There’s a very interesting and potentially important article in the October 2023 issue of AudioXpress. The author is Reinhold Lutz. As most know, speakers are often measured today using a near field measurement for the low-end, and a far-field measurement for the high end. In the near-field measurement, the mic is placed very close to the dust cap (10mm or less). In the far-field measurement, the mic is placed roughly 3 times the distance of the largest speaker dimension.
In the near field, room reflections are rendered insignificant because they are so small relative to the signal picked up by the mic. In the far field, the room reflections are significant. The mic is far from the signal source, and the reflections are substantial enough they can impact the measured signal. So, you combat this by a using a large enough room AND time gating. Note that the time gating requirement is what prevents you from using the far-field technique at low frequencies. That is, if you want to measure a 50 Hz tone, you need a gate that is at least 1/50=20 mS to capture the tone. But that suggests a massive room.
And then the challenge becomes “stitching” the two measurements together.
The Lutz article proposes a different approach. And the summary I’ve taken away from the article is thus: You use two matched microphones, spaced 5 cm apart. The signal from the mics are subtracted, which eliminates the room effects–because the mics are so close, they will see the same room reflections. And so subtracting the matched mic signals will null the room reflections. The “near” mic is placed 5 cm from the speaker. The “far” mic is thus 10 cm from the speaker. Both mics will capture the direct sound from the speaker. But, due to the inverse square law, the far mic amplitude will be about 1/4 that if the near mic. And so, this is a 6 dB difference.
A prototype has been built as shown below:
The prototype has two well matched MEMS mics (ICS40619). A small processor is used to turn the mics on an off. Press the button and the mics run for 20 minutes. For every button press, you add 20 minutes of run time. Run time from the CR2032 battery should be hundreds of hours. The battery is 235 mAH, and the CPU, LDO and two mics are under 2uA. When not running, the off current can get down to 200nA and so it can live in a drawer for a long time.
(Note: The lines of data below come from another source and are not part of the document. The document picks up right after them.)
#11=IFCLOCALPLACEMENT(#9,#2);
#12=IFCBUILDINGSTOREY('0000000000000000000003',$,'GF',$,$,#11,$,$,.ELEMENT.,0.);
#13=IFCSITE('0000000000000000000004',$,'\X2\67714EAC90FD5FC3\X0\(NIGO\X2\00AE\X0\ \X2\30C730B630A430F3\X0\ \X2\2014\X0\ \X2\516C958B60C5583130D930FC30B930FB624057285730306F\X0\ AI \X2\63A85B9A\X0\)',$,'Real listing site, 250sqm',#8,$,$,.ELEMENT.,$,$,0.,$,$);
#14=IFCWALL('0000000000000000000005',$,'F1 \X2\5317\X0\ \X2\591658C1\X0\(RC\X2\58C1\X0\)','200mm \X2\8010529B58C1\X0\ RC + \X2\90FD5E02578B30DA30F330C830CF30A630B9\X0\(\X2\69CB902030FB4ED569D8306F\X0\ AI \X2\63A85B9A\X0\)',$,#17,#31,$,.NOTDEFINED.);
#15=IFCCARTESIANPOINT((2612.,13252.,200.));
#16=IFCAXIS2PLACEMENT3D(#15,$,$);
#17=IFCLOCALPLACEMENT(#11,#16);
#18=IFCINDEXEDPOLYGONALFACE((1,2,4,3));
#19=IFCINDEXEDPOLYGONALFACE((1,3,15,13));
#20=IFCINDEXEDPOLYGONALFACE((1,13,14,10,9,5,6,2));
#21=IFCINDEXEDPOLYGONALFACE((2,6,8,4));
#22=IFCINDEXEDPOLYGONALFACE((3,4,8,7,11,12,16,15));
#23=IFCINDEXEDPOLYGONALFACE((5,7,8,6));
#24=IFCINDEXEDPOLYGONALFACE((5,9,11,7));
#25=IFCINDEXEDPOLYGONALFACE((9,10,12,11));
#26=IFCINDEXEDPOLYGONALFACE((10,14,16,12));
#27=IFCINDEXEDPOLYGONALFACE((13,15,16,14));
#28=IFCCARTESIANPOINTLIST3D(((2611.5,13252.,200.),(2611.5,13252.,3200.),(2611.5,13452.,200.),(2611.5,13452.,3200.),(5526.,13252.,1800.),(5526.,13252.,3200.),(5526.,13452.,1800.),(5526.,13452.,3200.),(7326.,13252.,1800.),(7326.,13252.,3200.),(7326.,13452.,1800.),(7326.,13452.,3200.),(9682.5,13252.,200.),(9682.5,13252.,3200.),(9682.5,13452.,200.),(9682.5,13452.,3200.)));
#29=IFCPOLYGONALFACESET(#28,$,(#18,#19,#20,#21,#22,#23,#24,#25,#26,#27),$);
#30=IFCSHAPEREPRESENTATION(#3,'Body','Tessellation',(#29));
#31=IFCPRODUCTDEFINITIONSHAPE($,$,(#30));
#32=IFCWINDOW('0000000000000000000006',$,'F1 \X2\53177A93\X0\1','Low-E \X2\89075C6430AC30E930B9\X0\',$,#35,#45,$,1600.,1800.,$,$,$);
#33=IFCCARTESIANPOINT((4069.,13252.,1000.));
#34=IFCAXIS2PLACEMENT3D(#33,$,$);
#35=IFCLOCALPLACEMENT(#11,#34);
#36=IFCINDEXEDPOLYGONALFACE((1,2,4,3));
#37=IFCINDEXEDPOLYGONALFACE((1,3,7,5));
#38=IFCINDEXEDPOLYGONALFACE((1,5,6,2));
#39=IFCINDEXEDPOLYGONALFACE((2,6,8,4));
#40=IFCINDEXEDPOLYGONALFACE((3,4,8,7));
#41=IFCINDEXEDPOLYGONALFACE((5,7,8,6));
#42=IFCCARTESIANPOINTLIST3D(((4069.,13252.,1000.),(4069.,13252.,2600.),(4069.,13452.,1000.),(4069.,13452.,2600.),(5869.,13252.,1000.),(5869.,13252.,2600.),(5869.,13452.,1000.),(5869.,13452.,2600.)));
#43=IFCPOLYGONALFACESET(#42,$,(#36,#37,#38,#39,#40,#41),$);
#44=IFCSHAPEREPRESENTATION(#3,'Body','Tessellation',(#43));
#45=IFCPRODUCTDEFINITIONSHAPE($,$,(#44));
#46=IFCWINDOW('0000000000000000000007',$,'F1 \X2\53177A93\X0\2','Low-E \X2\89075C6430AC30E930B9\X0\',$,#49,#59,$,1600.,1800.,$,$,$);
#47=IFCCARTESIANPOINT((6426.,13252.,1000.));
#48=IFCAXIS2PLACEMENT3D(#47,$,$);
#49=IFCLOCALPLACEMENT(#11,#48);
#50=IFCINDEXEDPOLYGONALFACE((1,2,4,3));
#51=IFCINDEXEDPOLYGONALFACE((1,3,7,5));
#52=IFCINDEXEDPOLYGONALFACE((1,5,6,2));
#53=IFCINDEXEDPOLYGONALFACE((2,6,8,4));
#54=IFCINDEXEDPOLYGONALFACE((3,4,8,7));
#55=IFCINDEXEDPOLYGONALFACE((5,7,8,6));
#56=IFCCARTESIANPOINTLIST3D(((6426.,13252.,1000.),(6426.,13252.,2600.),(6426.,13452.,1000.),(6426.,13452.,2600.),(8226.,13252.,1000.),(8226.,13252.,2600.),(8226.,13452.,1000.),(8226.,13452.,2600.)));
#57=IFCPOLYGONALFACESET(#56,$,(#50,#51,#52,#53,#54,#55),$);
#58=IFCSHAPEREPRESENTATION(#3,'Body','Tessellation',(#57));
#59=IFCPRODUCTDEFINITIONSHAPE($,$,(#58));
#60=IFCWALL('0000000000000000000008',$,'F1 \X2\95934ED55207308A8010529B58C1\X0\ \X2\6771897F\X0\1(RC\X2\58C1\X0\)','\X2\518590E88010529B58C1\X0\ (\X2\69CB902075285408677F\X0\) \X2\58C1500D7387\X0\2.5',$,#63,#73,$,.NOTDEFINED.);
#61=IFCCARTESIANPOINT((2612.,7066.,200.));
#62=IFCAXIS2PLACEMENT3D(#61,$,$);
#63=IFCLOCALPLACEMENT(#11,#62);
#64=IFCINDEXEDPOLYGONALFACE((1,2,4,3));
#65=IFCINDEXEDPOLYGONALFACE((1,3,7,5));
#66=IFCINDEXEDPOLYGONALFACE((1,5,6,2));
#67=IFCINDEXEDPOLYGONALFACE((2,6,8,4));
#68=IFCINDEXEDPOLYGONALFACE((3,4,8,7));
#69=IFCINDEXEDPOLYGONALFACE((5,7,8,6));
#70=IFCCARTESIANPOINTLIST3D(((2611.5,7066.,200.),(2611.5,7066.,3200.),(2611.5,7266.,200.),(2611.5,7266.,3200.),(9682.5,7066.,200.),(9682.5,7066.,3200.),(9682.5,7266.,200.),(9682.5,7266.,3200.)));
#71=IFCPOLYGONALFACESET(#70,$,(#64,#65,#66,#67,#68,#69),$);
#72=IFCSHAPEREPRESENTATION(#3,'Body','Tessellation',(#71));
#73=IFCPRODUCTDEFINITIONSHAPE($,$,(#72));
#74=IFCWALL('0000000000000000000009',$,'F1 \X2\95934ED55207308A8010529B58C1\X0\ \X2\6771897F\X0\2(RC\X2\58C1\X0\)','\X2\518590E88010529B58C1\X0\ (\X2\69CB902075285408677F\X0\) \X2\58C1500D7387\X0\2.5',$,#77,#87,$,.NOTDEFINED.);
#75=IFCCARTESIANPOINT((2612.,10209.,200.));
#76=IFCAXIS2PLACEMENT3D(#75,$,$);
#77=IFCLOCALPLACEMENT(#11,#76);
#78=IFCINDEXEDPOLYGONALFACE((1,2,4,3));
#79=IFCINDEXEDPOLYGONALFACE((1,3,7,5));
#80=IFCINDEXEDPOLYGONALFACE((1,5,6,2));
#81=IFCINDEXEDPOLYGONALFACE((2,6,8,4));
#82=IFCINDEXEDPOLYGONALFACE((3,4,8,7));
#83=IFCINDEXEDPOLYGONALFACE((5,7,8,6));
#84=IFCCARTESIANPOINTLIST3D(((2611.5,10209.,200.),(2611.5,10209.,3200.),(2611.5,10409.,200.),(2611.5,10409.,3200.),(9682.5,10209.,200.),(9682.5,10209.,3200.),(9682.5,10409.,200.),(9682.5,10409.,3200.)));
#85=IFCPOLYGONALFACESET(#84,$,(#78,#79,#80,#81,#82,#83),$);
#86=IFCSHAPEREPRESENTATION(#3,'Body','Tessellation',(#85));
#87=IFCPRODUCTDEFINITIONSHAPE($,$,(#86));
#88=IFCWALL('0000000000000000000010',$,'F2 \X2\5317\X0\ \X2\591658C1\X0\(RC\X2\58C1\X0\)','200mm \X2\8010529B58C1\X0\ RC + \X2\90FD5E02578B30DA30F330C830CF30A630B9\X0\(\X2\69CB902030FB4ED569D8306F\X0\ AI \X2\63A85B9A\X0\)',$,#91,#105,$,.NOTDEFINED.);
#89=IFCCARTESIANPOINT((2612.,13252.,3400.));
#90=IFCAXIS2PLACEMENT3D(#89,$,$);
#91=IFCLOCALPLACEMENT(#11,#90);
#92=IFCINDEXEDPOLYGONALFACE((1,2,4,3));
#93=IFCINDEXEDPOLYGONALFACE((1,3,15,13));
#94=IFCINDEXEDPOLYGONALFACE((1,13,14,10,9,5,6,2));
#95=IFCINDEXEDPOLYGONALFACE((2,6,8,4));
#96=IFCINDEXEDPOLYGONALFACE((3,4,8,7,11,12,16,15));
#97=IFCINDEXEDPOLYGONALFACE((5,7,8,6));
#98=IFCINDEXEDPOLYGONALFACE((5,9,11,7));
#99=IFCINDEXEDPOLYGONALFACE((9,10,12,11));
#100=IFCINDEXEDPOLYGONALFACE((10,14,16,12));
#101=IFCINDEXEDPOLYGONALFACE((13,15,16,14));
Placed above an 8" speaker, the near and far mic response can be seen in a normal spectrum plot. The yellow is near, the red is far. The difference between the signals is 7.1 dB. But remember, this will include room reflections.
Room response is best viewed in the time domain, with near subtracted from far. In the plot below, the mics were moved throughout the room to look at how the various reflected signals were picked up. The signal seen by each mic was substantially the same. This is a very important point–because it means when the mics are placed at the speaker, the reflections there will be substantially the same too.
This is the key point: Speaker amplitudes picked up by the mics will be very different due to inverse square law (roughly 6 dB). But the room reflections picked up by the mics will be nearly the same.
In the Lutz article, the math were performed in the analog realm, and a dial was adjusted to null. In the digital realm, we can maybe refine things a bit further.
Let M1 be the near mic, and M2 be the far mic. The far mic (M2) amplitude will be 0.25 that of M1. The reflections (R) will be M2-0.25*M1.
The true speaker response (TSP) is:
TSP = M1 - R = M1 - (M2- 0.25*M1).
The above hasn’t been tried, it’s just speculation at this point.
The mics are well matched for amplitude and phase. However, as the frequencies of interest increase, eventually the 5 cm mic spacing will be 180 degrees out of phase and instead of the signals cancelling, they will add. This problem will be present for both reflected and direct signals. The first null frequency will occur around 1.72 kHz for the 5 cm spacing. So, as the frequency increases above 300-500 Hz, the comb filtering begins to become more pronounced and must be compensated for. But luckily, as the frequency gets higher still, time gating with a far field measurement can be used to eliminate the room reflections.
The technique described by Lutz seems important and significant. And with today’s well-matched MEMS mics, potentially very low cost as well. To date, far field measurements can be made in reasonably sized rooms. But low-frequency measurements below 100 Hz or so have been difficult due to the long gating times required to capture the frequencies involved. Lutz’ technique may have changed that.